▶ [Material provided]
Content starts
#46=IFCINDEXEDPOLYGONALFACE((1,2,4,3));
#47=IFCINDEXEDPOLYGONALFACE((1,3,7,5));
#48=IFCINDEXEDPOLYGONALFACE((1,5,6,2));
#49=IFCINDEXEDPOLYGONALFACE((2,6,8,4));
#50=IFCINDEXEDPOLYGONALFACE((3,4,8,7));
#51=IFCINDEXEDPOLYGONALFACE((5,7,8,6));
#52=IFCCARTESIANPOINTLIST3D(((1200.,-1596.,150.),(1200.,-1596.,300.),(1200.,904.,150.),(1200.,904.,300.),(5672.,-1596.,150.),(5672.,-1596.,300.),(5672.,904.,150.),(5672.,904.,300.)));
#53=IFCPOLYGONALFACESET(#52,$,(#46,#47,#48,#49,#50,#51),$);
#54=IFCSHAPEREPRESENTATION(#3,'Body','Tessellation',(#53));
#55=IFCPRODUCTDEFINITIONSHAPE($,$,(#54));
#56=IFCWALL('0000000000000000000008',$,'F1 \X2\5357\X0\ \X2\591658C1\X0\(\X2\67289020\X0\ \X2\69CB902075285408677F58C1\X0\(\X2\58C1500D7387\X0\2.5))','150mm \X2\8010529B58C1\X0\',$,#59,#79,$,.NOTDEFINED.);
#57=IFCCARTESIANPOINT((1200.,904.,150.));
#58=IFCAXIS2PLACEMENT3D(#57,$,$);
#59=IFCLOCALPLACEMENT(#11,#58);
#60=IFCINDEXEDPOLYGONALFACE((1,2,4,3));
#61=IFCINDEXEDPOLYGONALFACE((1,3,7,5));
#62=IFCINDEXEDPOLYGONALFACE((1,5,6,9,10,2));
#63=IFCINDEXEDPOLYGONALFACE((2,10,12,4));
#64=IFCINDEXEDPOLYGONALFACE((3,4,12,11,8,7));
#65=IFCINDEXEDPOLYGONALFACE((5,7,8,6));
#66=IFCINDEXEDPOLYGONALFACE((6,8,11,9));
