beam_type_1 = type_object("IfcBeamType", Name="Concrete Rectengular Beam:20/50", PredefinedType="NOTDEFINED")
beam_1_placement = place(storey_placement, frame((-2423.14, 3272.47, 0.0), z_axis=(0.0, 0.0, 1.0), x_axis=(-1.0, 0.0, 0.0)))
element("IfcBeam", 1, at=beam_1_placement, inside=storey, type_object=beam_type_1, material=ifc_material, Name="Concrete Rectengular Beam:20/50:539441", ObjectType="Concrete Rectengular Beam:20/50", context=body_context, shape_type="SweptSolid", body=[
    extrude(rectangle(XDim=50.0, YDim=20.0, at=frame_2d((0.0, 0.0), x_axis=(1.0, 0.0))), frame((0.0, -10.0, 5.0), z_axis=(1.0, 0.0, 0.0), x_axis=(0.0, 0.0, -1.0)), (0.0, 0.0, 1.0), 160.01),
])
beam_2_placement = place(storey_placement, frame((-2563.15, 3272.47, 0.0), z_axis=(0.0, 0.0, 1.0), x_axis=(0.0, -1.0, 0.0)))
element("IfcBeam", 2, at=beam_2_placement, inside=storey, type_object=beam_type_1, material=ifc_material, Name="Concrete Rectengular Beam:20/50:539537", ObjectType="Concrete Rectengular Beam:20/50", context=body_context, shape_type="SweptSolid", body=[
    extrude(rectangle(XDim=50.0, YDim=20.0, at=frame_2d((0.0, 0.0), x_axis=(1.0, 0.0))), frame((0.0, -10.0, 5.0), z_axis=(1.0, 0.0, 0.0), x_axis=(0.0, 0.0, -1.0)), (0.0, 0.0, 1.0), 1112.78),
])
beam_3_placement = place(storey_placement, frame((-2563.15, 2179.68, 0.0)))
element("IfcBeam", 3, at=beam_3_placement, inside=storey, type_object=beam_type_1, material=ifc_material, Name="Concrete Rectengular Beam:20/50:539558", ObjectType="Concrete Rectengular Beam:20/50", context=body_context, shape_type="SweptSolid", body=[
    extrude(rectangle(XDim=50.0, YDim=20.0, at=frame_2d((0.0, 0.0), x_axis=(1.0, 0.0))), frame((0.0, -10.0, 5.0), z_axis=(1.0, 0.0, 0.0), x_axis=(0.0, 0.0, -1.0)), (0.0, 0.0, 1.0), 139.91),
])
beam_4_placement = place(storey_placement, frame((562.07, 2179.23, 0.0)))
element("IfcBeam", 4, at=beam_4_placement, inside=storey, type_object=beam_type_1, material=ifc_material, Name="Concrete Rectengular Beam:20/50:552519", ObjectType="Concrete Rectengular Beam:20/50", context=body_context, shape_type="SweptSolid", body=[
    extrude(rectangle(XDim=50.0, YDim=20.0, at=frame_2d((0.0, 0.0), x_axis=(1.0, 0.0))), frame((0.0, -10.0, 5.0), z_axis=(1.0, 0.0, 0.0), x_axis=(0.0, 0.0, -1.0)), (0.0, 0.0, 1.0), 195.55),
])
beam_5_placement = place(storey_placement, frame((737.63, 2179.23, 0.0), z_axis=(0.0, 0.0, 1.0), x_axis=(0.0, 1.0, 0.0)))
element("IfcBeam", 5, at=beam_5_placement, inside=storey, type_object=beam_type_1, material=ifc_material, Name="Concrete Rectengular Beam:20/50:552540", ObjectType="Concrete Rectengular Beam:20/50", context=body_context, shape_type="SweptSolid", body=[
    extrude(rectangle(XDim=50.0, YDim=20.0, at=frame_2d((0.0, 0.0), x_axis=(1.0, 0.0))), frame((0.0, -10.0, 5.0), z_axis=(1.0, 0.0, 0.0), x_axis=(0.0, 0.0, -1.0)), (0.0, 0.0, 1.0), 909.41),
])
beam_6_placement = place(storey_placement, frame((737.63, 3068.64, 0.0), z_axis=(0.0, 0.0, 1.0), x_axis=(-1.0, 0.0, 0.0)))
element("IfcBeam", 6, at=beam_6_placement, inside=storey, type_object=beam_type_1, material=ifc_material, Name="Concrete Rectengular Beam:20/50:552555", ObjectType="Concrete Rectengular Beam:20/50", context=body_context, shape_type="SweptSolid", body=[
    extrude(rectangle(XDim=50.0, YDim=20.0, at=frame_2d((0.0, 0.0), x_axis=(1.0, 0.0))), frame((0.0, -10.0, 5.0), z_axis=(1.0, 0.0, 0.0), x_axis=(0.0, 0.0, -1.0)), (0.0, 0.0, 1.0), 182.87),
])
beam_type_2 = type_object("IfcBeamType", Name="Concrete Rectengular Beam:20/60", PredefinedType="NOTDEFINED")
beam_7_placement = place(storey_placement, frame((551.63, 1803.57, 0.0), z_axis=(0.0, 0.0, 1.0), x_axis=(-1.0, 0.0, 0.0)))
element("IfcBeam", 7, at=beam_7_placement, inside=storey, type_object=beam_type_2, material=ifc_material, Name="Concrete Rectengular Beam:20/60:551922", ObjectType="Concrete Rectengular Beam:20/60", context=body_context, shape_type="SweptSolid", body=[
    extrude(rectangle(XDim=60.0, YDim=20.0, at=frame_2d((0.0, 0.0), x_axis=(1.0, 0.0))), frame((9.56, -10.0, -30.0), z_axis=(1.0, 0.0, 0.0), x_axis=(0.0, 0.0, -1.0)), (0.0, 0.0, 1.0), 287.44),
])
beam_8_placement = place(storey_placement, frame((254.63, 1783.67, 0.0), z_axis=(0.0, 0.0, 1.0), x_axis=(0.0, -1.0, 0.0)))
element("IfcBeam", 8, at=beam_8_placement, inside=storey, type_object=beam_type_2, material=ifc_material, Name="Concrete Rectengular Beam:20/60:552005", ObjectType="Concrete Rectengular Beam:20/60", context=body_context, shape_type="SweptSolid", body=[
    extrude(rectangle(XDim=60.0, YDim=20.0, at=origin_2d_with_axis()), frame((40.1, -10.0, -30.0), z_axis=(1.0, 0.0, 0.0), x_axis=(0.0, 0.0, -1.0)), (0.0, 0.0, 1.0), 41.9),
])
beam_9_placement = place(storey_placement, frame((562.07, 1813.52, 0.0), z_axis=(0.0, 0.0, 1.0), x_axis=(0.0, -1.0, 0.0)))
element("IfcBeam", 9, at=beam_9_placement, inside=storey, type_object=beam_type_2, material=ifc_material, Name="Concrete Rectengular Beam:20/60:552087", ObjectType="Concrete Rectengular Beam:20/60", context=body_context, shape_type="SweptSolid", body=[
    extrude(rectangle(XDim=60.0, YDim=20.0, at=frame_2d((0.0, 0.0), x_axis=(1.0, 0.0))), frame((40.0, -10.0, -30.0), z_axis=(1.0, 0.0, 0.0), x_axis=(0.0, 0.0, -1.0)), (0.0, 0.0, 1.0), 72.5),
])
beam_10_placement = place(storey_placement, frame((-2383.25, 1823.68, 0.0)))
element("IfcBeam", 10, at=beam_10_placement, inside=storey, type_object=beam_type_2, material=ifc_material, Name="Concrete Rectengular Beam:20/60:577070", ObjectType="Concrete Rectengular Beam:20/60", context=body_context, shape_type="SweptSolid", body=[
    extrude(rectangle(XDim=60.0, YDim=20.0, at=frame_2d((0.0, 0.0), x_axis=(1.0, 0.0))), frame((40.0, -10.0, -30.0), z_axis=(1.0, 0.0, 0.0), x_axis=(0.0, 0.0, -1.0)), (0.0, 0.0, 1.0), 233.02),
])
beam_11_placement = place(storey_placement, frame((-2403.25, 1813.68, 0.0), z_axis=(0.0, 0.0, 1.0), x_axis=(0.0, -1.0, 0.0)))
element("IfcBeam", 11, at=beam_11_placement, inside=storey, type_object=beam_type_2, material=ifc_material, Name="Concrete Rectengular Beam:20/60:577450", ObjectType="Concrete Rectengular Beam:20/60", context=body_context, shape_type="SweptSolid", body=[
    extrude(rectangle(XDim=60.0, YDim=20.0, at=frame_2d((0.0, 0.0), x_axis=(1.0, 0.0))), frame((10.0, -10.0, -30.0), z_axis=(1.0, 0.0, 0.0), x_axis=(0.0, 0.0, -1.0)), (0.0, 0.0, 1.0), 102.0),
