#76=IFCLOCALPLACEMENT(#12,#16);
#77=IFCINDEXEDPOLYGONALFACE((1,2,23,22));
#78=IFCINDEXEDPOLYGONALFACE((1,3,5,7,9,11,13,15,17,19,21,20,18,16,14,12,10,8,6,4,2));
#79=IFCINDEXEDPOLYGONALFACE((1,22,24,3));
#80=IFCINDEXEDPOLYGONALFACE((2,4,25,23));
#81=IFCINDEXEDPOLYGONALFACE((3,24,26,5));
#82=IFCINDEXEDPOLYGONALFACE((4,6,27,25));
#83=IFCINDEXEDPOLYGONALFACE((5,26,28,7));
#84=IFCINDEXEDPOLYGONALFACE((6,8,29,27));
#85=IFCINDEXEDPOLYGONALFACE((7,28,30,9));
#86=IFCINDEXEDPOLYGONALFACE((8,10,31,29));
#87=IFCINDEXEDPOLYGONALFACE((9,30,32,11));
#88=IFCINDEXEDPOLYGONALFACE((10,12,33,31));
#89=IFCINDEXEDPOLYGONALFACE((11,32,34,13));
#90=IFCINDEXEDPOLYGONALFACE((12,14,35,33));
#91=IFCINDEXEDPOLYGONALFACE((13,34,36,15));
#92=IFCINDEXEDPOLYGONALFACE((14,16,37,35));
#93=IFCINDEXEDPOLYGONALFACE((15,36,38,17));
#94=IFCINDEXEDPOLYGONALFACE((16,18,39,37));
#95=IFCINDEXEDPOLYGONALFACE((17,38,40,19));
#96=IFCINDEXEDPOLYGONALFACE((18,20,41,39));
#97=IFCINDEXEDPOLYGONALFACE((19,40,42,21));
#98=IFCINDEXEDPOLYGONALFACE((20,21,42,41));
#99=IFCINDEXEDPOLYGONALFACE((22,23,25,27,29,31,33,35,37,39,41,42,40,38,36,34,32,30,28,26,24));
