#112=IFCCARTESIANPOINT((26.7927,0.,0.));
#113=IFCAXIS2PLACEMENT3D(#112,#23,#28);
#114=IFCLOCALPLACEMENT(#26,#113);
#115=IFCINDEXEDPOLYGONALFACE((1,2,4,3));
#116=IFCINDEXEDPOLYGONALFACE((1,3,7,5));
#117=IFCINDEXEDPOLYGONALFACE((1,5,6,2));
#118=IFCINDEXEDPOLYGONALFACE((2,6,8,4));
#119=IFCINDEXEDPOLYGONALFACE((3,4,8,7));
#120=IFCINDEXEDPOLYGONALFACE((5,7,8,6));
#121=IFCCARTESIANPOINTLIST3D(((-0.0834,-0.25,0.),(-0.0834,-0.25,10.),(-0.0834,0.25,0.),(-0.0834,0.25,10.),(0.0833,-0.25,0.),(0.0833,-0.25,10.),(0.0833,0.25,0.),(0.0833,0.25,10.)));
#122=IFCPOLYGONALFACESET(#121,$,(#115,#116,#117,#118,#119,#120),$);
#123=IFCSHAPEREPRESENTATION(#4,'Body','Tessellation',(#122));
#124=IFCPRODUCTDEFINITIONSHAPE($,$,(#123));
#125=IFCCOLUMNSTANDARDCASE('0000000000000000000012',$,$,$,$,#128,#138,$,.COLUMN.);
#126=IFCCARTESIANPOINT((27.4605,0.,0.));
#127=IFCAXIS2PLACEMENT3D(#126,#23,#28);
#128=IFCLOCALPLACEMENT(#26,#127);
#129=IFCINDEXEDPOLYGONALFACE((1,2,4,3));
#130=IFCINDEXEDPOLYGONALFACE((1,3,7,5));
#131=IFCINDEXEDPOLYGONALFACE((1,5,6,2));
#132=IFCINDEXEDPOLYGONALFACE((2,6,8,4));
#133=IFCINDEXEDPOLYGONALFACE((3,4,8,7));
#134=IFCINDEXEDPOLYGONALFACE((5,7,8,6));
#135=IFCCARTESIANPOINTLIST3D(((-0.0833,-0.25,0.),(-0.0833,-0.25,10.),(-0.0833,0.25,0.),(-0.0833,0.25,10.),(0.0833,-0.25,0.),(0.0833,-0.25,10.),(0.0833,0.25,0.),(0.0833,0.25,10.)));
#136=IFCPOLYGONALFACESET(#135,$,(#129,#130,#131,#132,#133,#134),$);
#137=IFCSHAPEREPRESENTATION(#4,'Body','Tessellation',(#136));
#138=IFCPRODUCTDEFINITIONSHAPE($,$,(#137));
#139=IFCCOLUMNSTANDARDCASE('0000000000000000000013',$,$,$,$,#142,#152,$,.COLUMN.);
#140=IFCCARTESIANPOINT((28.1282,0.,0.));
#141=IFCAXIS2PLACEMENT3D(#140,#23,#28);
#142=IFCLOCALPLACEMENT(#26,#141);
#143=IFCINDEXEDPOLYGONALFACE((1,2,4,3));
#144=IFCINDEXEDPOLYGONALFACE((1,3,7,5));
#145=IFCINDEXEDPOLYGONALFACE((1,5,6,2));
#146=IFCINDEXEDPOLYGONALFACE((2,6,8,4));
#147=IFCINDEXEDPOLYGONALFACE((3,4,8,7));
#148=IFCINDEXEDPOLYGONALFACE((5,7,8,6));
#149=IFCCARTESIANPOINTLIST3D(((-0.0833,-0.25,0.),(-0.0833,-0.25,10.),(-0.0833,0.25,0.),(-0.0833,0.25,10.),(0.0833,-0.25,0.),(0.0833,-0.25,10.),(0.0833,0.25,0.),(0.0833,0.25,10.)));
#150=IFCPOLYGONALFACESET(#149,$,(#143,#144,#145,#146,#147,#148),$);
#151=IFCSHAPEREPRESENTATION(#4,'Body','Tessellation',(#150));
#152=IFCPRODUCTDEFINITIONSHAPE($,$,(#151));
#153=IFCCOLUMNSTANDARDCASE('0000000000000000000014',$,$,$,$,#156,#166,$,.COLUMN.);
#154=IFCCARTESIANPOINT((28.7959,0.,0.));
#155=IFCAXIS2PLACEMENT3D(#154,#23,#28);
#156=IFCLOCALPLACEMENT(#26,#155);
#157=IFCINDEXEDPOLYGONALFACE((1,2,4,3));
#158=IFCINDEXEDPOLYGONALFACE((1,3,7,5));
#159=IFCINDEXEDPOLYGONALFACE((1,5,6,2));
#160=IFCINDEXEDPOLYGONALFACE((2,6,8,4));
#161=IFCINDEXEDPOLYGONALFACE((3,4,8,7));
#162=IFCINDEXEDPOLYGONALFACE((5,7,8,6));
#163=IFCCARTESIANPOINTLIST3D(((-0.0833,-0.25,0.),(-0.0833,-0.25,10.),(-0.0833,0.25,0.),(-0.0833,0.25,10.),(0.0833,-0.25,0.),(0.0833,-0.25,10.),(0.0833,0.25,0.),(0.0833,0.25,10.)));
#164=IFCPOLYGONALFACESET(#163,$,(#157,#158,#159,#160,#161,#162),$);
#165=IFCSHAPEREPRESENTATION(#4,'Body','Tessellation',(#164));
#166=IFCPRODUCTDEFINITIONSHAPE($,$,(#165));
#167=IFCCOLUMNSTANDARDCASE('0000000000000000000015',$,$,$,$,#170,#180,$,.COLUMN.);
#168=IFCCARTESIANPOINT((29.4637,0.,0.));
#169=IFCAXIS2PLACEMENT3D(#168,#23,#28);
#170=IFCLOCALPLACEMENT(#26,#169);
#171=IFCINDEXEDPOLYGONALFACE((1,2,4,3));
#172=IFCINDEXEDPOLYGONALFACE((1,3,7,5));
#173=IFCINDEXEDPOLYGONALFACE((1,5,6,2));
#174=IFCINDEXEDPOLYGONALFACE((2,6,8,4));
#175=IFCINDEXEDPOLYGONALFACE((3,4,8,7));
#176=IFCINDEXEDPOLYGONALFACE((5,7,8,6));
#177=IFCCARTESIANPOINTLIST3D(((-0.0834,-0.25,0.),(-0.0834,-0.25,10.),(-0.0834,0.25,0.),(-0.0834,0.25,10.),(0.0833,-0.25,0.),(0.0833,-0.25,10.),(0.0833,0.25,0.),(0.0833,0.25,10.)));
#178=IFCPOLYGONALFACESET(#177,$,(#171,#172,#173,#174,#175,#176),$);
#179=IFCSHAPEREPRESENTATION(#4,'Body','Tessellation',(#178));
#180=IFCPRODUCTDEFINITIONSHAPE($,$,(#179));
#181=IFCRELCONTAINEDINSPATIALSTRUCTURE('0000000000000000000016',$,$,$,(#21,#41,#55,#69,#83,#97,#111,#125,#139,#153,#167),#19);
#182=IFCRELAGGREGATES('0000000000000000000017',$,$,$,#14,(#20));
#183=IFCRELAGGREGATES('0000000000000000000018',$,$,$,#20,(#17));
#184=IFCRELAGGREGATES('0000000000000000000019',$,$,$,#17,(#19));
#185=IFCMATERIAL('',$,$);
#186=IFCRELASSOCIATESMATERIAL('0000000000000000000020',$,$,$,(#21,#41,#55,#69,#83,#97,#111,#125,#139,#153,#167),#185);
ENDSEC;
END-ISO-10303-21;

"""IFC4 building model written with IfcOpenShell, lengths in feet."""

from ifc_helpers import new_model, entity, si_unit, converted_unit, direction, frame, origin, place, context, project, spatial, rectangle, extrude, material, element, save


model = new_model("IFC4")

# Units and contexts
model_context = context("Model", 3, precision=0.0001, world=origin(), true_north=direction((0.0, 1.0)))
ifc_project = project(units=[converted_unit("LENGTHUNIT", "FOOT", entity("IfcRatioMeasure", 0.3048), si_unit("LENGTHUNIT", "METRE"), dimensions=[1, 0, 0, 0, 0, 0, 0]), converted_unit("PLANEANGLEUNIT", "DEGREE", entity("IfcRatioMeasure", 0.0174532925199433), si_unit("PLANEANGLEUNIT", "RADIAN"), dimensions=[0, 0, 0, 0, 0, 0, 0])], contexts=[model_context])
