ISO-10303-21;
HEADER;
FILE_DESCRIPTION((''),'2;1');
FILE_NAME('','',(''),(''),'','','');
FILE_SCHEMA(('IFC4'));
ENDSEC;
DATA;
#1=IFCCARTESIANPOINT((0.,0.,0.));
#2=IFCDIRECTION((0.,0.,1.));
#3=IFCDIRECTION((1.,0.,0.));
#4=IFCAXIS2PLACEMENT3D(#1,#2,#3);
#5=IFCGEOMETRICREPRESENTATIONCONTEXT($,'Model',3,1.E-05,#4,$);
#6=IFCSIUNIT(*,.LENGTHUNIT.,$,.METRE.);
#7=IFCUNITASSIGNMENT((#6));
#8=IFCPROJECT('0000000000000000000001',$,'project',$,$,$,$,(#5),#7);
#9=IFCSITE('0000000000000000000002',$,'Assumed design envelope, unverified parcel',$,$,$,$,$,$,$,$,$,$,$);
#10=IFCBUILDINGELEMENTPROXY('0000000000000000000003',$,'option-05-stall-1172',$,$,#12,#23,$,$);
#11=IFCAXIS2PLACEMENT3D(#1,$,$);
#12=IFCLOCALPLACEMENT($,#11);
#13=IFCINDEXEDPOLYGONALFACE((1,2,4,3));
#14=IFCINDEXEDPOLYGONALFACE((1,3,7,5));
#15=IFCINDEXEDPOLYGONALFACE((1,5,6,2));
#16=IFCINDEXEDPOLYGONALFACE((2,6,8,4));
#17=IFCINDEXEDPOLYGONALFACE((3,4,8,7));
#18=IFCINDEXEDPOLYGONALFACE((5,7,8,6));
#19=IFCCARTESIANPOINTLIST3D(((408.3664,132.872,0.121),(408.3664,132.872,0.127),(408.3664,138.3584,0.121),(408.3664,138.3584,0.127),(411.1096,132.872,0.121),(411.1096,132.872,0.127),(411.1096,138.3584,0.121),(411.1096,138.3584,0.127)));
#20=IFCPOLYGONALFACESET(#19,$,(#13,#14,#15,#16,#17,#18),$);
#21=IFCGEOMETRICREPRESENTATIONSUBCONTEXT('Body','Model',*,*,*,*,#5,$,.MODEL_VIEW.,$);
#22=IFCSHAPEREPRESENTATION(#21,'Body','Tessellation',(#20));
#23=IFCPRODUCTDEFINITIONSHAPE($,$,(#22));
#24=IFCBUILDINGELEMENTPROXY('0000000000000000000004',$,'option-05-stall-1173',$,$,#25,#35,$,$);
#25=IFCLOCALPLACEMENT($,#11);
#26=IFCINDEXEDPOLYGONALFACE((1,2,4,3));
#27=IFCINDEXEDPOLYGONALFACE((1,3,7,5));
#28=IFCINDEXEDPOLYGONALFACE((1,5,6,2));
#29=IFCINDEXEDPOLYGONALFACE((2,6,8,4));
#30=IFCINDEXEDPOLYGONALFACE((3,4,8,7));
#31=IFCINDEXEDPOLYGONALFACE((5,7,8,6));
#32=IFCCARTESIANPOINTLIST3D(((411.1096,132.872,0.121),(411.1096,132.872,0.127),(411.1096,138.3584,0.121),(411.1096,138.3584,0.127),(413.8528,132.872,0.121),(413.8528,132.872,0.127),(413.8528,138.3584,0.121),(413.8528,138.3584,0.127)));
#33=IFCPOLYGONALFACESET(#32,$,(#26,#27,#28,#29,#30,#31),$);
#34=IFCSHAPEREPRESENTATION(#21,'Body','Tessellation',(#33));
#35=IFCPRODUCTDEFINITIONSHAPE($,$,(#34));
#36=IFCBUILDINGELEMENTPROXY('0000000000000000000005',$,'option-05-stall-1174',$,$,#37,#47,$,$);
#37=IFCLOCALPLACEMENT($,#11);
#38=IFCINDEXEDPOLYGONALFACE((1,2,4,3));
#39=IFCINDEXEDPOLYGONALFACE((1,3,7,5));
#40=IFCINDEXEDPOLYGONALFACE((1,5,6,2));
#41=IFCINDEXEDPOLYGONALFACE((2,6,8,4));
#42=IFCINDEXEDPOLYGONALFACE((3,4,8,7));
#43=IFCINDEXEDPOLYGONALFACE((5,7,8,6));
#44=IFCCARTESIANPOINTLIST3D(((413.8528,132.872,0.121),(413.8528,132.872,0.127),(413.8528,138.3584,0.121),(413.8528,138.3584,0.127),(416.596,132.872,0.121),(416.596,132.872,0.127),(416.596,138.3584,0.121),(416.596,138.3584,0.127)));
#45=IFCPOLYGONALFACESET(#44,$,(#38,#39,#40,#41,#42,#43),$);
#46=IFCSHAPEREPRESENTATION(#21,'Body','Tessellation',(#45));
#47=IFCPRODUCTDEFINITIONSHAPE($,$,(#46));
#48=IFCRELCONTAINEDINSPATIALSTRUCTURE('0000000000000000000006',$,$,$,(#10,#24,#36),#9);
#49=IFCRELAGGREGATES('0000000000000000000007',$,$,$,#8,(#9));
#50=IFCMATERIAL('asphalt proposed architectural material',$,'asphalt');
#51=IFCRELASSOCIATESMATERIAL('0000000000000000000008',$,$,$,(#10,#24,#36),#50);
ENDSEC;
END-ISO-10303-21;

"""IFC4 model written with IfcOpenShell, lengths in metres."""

from ifc_helpers import new_model, si_unit, frame, origin_with_axes, place, context, subcontext, project, spatial, rectangle, extrude, material, element, save


model = new_model("IFC4")

# Units and contexts
model_context = context("Model", 3, precision=1e-05, world=origin_with_axes())
body_context = subcontext(model_context, "Body", "Model", "MODEL_VIEW")
ifc_project = project(units=[si_unit("LENGTHUNIT", "METRE")], contexts=[model_context])

# Site
site = spatial("IfcSite", under=ifc_project, Name="Assumed design envelope, unverified parcel")

# Building element proxies
ifc_material = material(Name="asphalt proposed architectural material", Category="asphalt")
for number, where, z_axis, x_axis, name in (
    (1, (409.738, 135.6152, 0.121), (0.0, 0.0, 1.0), (1.0, 0.0, 0.0), "option-05-stall-1172"),
    (2, (412.4812, 135.6152, 0.121), (0.0, 0.0, 1.0), (1.0, 0.0, 0.0), "option-05-stall-1173"),
    (3, (415.2244, 135.6152, 0.121), (0.0, 0.0, 1.0), (1.0, 0.0, 0.0), "option-05-stall-1174"),
):
    element("IfcBuildingElementProxy", number, at=place(None, frame(where, z_axis=z_axis, x_axis=x_axis)), inside=site, material=ifc_material, Name=name, context=body_context, shape_type="SweptSolid", body=[
        extrude(rectangle(XDim=2.7432, YDim=5.4864), origin_with_axes(), (0.0, 0.0, 1.0), 0.006),
    ])

save(model, "model.ifc")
Content ends
▶ [What you need to do] Reproduce verbatim the lines above, from the line with "#112=IFCCARTESIANPOINT((26.7927,0.,0.));" through the line with "#119=IFCINDEXEDPOLYGONALFACE((3,4,8,7));".

▶ [Answer to this task]
#112=IFCCARTESIANPOINT((26.7927,0.,0.));
#113=IFCAXIS2PLACEMENT3D(#112,#23,#28);
#114=IFCLOCALPLACEMENT(#26,#113);
#115=IFCINDEXEDPOLYGONALFACE((1,2,4,3));
#116=IFCINDEXEDPOLYGONALFACE((1,3,7,5));
#117=IFCINDEXEDPOLYGONALFACE((1,5,6,2));
#118=IFCINDEXEDPOLYGONALFACE((2,6,8,4));
#119=IFCINDEXEDPOLYGONALFACE((3,4,8,7));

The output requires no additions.